Raft Festival

Raft Festival a folk festival during which rafts are floated. In areas with rivers, canals and other water bodies, people float banana rafts or bhelas in the name of Khowaj Khizir, a water pir, to ward off ills from water. The festival, which is celebrated every year on the last Thursday of Bhadra, is observed at social or family levels or at the initiative of fakirs. At times of crises, the observance can be organised at any time of the year.

Khowaj Khizir was a Semitic water god who entered Bangladesh in the 13th century with the Turkish rulers. In due course Khowaj Khizir found a durable place in the hearts of the people here. The nawabs and nayeb-nazims of murshidabad and dhaka were among his devotees. Mukarram Khan, Sirajuddowla and Mir Qasim used to float rafts with great fanfare on the buriganga in Dhaka and the Bhagirathi in Murshidabad on the last Thursday of Bhadra.

Raft festivals or verabhasan are not dedicated to Khowaz Khizir alone. At Munshiganj, for example, Hindu women dedicate the festival to the goddess Ganga. The celebration at Panditbari in Sulakia, kishoreganj, is named the 'Vera festival of Zinda pir and Paran Fakir'. On other occasions, he is honoured along with others. At Tamaltala in Kishoreganj, for example, eight sages and holy men are honoured, the first being Mahaguru and the second Khowaj Khizir.
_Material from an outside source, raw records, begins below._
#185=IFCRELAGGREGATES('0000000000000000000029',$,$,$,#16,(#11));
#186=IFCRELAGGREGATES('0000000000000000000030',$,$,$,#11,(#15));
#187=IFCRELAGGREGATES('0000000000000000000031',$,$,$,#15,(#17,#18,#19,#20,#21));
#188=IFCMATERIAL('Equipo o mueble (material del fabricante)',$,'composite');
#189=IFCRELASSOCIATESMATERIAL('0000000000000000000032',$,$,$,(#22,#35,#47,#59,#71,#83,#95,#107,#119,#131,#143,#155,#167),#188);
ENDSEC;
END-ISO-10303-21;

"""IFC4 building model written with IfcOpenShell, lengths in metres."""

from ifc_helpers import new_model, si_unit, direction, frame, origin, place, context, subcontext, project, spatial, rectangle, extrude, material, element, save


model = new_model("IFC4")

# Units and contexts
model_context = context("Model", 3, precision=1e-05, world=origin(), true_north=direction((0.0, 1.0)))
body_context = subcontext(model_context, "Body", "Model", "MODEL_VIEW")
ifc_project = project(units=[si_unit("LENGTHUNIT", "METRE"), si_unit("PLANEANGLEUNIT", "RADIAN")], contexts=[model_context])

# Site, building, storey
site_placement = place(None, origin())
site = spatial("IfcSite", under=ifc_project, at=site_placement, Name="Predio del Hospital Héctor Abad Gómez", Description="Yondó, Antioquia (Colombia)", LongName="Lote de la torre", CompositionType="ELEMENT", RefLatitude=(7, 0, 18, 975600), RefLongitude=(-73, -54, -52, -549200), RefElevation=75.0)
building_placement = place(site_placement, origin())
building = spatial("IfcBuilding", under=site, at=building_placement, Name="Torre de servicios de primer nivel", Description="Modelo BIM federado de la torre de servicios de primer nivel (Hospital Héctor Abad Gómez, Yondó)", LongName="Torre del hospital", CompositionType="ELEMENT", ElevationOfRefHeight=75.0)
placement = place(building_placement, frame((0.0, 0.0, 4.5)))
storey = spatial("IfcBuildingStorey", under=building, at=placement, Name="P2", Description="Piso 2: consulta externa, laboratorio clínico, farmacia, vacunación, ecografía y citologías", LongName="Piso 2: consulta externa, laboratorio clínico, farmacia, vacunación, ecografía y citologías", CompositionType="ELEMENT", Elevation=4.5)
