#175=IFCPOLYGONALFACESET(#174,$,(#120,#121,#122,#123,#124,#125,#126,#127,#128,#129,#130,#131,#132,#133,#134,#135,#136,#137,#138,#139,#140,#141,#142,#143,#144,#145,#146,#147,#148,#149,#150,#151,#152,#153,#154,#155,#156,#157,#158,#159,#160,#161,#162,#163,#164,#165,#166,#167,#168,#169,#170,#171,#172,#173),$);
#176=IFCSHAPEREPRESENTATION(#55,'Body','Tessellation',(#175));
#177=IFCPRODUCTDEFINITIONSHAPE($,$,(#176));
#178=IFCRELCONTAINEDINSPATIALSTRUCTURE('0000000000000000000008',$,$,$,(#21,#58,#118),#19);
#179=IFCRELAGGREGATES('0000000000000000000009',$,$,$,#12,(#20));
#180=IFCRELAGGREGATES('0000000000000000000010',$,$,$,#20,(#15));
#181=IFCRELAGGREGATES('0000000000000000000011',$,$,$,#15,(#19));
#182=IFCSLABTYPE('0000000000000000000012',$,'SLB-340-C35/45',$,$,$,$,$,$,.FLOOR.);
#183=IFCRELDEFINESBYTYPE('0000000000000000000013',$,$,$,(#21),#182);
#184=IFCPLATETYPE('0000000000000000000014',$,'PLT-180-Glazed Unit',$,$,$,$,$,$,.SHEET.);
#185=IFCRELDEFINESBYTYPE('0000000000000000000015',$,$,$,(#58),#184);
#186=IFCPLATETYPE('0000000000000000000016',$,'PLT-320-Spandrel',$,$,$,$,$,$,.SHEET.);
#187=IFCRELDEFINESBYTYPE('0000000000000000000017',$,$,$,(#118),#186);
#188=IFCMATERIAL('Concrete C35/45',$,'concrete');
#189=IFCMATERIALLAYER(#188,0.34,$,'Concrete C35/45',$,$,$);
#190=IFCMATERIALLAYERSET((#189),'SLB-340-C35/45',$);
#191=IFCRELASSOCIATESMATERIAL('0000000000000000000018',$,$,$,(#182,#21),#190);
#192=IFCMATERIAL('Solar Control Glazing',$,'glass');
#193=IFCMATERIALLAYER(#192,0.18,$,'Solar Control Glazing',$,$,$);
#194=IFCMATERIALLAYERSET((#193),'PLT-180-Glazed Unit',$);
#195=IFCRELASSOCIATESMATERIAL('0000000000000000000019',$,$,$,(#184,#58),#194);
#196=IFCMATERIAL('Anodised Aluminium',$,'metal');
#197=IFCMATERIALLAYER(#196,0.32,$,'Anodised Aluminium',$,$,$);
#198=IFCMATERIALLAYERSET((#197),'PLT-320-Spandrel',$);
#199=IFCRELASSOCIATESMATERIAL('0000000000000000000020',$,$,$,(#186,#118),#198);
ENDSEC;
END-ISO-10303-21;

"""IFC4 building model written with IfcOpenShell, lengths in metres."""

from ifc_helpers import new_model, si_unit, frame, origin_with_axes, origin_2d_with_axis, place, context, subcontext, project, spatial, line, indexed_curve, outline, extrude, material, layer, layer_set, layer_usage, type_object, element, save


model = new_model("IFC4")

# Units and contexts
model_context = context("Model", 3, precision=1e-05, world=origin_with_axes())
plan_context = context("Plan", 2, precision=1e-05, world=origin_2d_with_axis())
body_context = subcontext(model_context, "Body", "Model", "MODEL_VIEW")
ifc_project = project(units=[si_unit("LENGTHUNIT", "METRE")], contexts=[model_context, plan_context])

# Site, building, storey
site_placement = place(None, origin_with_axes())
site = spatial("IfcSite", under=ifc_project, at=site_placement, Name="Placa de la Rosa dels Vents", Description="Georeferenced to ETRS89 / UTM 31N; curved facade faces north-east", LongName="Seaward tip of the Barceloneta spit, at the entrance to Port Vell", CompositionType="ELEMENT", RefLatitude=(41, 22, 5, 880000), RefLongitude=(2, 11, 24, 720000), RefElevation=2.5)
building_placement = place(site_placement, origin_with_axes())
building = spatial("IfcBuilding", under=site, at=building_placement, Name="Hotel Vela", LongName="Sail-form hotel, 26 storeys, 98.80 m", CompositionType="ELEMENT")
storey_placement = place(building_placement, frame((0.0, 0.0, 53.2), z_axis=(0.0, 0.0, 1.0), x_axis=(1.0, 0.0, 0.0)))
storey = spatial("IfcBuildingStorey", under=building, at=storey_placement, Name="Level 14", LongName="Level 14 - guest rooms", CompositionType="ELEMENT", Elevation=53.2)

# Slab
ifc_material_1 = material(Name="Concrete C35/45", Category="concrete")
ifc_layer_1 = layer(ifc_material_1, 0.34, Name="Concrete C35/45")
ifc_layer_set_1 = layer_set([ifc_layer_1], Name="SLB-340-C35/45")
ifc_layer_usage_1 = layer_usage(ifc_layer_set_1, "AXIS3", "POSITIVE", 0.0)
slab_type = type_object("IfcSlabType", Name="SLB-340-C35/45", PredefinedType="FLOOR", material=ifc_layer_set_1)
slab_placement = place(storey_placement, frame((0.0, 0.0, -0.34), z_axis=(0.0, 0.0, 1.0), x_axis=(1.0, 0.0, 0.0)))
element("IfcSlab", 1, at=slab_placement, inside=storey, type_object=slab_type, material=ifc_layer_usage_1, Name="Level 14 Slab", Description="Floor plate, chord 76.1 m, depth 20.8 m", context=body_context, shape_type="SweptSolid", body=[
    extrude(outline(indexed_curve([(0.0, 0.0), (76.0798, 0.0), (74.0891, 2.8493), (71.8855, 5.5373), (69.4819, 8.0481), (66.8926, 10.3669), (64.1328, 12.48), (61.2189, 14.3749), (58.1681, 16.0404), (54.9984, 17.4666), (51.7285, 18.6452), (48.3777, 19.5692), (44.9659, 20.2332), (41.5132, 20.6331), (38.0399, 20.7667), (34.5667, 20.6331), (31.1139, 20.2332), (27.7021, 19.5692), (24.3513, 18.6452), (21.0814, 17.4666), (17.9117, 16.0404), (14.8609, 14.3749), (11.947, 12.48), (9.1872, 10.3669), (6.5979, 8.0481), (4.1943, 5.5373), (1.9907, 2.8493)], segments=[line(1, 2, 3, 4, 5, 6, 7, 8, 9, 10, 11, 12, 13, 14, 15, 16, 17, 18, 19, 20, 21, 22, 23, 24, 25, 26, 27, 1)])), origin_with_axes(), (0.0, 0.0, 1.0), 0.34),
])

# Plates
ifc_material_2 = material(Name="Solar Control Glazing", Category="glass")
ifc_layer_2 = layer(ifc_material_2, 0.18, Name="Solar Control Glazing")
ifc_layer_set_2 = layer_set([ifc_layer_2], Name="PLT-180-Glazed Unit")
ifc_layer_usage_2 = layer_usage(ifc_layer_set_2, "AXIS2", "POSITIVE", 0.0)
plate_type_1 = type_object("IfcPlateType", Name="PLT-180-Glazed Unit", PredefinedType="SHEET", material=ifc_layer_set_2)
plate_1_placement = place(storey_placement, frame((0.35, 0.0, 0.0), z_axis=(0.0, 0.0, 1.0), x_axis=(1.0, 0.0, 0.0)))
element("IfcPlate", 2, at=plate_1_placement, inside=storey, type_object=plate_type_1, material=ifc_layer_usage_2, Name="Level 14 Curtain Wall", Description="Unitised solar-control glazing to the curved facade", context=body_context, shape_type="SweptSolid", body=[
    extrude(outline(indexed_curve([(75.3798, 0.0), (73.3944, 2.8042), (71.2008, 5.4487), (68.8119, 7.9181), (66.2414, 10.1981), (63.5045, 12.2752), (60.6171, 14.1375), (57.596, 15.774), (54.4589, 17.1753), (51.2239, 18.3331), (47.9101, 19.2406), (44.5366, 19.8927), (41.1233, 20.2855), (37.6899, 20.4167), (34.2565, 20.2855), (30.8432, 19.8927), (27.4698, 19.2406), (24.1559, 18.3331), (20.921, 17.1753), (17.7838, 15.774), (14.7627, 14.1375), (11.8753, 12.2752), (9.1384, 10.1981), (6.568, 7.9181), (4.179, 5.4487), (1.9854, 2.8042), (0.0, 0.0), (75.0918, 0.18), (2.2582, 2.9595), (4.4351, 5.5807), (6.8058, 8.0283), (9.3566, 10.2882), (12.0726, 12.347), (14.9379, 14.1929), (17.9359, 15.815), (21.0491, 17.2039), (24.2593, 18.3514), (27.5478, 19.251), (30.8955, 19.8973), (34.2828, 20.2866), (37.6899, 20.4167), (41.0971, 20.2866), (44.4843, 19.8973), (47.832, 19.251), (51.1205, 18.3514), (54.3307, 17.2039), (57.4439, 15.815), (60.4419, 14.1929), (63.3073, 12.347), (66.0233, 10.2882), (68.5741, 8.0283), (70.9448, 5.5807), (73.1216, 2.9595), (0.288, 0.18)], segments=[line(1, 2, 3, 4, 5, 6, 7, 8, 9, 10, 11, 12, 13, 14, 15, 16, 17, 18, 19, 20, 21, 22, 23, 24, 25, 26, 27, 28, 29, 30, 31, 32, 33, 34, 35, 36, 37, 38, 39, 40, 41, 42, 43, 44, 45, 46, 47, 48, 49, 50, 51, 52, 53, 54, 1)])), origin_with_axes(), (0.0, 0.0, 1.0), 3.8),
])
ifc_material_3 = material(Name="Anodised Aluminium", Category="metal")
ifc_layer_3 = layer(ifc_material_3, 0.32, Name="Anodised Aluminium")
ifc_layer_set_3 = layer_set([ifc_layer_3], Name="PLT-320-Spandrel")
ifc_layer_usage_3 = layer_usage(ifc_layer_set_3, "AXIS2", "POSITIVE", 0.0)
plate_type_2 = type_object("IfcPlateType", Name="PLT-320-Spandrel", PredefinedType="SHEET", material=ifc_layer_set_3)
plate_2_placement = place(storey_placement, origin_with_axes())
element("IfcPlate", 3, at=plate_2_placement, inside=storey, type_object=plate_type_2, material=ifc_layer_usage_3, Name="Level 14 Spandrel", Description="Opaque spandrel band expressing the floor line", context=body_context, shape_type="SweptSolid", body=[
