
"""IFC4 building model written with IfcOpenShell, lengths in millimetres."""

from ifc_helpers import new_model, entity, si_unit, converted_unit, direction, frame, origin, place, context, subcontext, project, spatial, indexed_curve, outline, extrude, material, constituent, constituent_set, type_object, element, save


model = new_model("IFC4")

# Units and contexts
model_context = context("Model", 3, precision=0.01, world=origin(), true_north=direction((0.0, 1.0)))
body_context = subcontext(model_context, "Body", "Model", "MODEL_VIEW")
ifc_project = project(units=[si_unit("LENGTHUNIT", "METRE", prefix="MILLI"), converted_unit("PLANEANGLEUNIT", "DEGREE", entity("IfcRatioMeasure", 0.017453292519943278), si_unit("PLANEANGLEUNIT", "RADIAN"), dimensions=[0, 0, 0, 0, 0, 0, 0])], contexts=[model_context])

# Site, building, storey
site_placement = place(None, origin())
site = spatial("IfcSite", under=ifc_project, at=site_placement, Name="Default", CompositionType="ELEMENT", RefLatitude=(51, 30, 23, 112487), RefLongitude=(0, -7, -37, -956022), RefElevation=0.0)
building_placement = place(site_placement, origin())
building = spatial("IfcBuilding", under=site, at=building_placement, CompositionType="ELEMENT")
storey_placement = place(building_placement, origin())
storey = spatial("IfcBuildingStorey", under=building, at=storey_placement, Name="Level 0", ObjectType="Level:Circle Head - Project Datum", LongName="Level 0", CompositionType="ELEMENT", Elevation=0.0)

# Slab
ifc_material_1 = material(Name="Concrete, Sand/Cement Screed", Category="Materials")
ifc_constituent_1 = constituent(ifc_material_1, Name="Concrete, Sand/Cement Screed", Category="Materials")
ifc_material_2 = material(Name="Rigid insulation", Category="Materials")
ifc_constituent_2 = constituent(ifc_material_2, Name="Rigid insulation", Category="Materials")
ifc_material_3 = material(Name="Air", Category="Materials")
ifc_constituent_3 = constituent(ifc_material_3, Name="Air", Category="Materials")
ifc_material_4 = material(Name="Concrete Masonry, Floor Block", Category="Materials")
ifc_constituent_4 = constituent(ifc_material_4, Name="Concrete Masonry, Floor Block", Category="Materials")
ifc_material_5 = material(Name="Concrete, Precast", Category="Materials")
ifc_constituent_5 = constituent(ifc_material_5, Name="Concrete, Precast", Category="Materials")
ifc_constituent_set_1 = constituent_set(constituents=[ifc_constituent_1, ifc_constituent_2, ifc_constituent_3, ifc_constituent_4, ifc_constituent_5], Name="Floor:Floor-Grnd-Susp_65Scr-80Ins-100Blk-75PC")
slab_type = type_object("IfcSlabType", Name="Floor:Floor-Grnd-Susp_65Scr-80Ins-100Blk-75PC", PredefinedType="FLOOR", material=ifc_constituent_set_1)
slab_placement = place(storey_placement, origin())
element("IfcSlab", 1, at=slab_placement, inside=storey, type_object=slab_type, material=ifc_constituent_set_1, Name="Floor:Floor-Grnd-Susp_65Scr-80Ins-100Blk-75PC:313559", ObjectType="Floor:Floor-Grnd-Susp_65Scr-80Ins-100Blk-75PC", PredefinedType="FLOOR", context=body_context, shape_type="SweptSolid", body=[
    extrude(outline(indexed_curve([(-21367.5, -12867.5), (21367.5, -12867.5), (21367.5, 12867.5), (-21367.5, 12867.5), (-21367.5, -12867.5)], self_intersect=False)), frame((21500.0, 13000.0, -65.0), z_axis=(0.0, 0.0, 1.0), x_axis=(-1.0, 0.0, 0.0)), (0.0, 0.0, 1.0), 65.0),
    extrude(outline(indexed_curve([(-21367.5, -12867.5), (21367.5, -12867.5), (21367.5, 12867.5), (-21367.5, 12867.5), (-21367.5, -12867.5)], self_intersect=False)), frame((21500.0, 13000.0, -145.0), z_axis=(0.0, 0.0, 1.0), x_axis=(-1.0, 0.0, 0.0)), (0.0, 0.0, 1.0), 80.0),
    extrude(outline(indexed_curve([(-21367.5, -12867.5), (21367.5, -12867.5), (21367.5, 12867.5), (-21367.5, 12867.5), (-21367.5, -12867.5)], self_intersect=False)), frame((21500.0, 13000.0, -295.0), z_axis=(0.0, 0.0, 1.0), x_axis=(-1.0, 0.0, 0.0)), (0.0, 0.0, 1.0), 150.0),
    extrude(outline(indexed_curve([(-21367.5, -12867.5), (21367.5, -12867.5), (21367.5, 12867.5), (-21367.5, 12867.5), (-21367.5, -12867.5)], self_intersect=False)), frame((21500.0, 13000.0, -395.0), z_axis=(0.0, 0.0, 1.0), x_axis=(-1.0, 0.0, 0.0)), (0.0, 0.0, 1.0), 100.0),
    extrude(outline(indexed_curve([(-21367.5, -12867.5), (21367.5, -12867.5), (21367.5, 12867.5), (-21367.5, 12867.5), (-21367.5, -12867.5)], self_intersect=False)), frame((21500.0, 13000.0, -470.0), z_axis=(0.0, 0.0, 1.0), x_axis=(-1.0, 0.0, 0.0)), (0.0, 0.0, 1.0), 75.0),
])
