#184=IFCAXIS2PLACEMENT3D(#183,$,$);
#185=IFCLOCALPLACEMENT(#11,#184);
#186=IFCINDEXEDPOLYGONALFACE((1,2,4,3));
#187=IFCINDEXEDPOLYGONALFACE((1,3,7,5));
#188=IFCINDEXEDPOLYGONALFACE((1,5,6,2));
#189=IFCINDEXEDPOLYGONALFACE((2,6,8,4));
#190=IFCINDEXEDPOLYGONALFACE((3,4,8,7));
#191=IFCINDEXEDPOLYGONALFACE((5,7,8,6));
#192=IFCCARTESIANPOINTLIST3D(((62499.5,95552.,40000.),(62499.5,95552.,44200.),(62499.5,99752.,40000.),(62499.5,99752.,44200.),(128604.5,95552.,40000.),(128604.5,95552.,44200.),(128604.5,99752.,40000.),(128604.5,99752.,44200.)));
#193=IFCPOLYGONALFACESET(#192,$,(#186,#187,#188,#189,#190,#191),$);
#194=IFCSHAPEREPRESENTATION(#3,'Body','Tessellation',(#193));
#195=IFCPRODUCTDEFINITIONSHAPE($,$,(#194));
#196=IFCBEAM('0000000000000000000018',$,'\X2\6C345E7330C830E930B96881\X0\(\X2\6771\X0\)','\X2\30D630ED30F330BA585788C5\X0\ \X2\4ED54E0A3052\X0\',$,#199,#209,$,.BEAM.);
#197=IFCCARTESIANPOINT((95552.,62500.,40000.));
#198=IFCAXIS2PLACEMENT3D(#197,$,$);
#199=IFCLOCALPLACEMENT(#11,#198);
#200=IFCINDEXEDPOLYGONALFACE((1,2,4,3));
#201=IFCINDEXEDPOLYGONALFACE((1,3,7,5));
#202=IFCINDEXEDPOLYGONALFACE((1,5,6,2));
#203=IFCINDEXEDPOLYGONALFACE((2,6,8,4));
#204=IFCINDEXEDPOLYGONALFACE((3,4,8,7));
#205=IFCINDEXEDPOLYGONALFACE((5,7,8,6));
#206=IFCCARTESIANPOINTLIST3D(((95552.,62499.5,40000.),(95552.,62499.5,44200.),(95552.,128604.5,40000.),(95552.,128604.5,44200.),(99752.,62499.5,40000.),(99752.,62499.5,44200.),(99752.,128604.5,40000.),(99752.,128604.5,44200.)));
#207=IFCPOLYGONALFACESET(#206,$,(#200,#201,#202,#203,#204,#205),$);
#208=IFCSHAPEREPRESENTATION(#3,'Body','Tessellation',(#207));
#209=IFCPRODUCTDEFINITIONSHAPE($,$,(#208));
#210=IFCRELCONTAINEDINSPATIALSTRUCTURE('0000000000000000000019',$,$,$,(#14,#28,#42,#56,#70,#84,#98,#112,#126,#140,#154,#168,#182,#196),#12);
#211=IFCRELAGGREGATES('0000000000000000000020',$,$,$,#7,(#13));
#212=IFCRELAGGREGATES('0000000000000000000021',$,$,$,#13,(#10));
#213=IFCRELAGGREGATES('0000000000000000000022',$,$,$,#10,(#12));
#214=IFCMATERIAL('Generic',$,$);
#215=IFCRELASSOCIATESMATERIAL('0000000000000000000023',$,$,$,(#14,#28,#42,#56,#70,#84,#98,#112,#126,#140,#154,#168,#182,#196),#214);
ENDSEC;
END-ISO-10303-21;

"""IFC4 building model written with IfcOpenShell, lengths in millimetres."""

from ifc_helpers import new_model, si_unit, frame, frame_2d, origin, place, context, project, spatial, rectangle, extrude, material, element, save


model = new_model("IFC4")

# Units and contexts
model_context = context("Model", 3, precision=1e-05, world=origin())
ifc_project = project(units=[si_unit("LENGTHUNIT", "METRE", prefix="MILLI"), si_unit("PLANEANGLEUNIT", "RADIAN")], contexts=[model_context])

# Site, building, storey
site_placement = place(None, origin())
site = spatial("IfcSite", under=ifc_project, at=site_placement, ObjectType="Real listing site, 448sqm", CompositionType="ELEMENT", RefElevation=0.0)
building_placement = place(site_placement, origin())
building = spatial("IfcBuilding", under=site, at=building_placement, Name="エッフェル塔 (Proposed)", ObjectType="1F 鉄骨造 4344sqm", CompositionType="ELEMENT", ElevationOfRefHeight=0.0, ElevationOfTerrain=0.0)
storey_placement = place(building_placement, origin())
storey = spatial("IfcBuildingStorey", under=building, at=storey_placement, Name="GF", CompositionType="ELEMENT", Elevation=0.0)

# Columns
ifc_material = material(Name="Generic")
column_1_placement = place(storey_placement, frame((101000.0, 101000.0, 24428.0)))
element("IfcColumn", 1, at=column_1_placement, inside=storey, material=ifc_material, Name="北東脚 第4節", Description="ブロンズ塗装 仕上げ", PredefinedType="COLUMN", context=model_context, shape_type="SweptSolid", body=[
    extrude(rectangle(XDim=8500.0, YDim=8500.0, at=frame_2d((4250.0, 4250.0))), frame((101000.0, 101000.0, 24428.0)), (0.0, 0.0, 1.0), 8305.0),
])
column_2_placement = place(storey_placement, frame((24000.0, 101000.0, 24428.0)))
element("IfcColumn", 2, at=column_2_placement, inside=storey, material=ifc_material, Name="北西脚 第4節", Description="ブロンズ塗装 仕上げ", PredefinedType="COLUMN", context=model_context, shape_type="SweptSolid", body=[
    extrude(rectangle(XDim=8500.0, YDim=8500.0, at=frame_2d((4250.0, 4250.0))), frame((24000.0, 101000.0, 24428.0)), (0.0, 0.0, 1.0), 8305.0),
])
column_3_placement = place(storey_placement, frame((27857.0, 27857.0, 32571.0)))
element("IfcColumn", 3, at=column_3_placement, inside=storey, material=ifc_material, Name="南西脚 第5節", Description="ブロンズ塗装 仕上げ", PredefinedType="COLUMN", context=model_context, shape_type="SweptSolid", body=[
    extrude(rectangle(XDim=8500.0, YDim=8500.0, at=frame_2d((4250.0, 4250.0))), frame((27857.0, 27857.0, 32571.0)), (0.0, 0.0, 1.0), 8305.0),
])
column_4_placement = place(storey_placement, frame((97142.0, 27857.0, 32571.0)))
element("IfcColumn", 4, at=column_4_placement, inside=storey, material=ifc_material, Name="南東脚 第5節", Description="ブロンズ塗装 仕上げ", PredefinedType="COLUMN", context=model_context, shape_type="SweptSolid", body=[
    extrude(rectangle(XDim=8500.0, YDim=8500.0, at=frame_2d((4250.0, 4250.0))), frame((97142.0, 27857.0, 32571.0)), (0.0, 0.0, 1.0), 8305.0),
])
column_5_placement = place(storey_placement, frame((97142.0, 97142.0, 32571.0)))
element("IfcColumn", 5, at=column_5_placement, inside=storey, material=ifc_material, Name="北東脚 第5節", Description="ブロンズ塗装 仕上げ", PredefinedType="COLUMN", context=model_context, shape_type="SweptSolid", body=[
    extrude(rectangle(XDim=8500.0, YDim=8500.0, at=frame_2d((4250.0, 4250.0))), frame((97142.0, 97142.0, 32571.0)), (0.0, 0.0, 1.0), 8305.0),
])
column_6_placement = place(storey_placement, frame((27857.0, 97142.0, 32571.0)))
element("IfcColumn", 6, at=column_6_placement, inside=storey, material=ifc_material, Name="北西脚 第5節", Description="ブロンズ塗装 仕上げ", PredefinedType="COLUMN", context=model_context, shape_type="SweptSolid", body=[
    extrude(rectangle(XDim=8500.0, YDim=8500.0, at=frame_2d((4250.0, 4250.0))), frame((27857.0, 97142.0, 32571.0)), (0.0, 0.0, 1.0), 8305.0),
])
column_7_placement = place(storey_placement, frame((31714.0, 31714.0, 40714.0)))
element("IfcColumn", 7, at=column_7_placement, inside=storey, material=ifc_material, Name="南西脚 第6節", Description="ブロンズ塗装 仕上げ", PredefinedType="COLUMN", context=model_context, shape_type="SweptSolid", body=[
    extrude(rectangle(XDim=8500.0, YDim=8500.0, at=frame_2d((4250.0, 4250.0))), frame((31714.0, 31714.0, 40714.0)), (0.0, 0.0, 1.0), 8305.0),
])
The celebrations also unite the Muslim saint and the Hindu goddess. The banana plants needed to make a raft are collected by a fasting priest who goes to the plantation with his disciples after seeking the owner's permission. To the plants he says, 'We wish to take seven plants to make a raft for Mother Ganga and Khowaj Khizir'. Each plant is felled with a single stroke and then the raft is made. One vera bhasan song describes the marriage between Khowaj Khizir and Ganga. [Momen Chowdhury]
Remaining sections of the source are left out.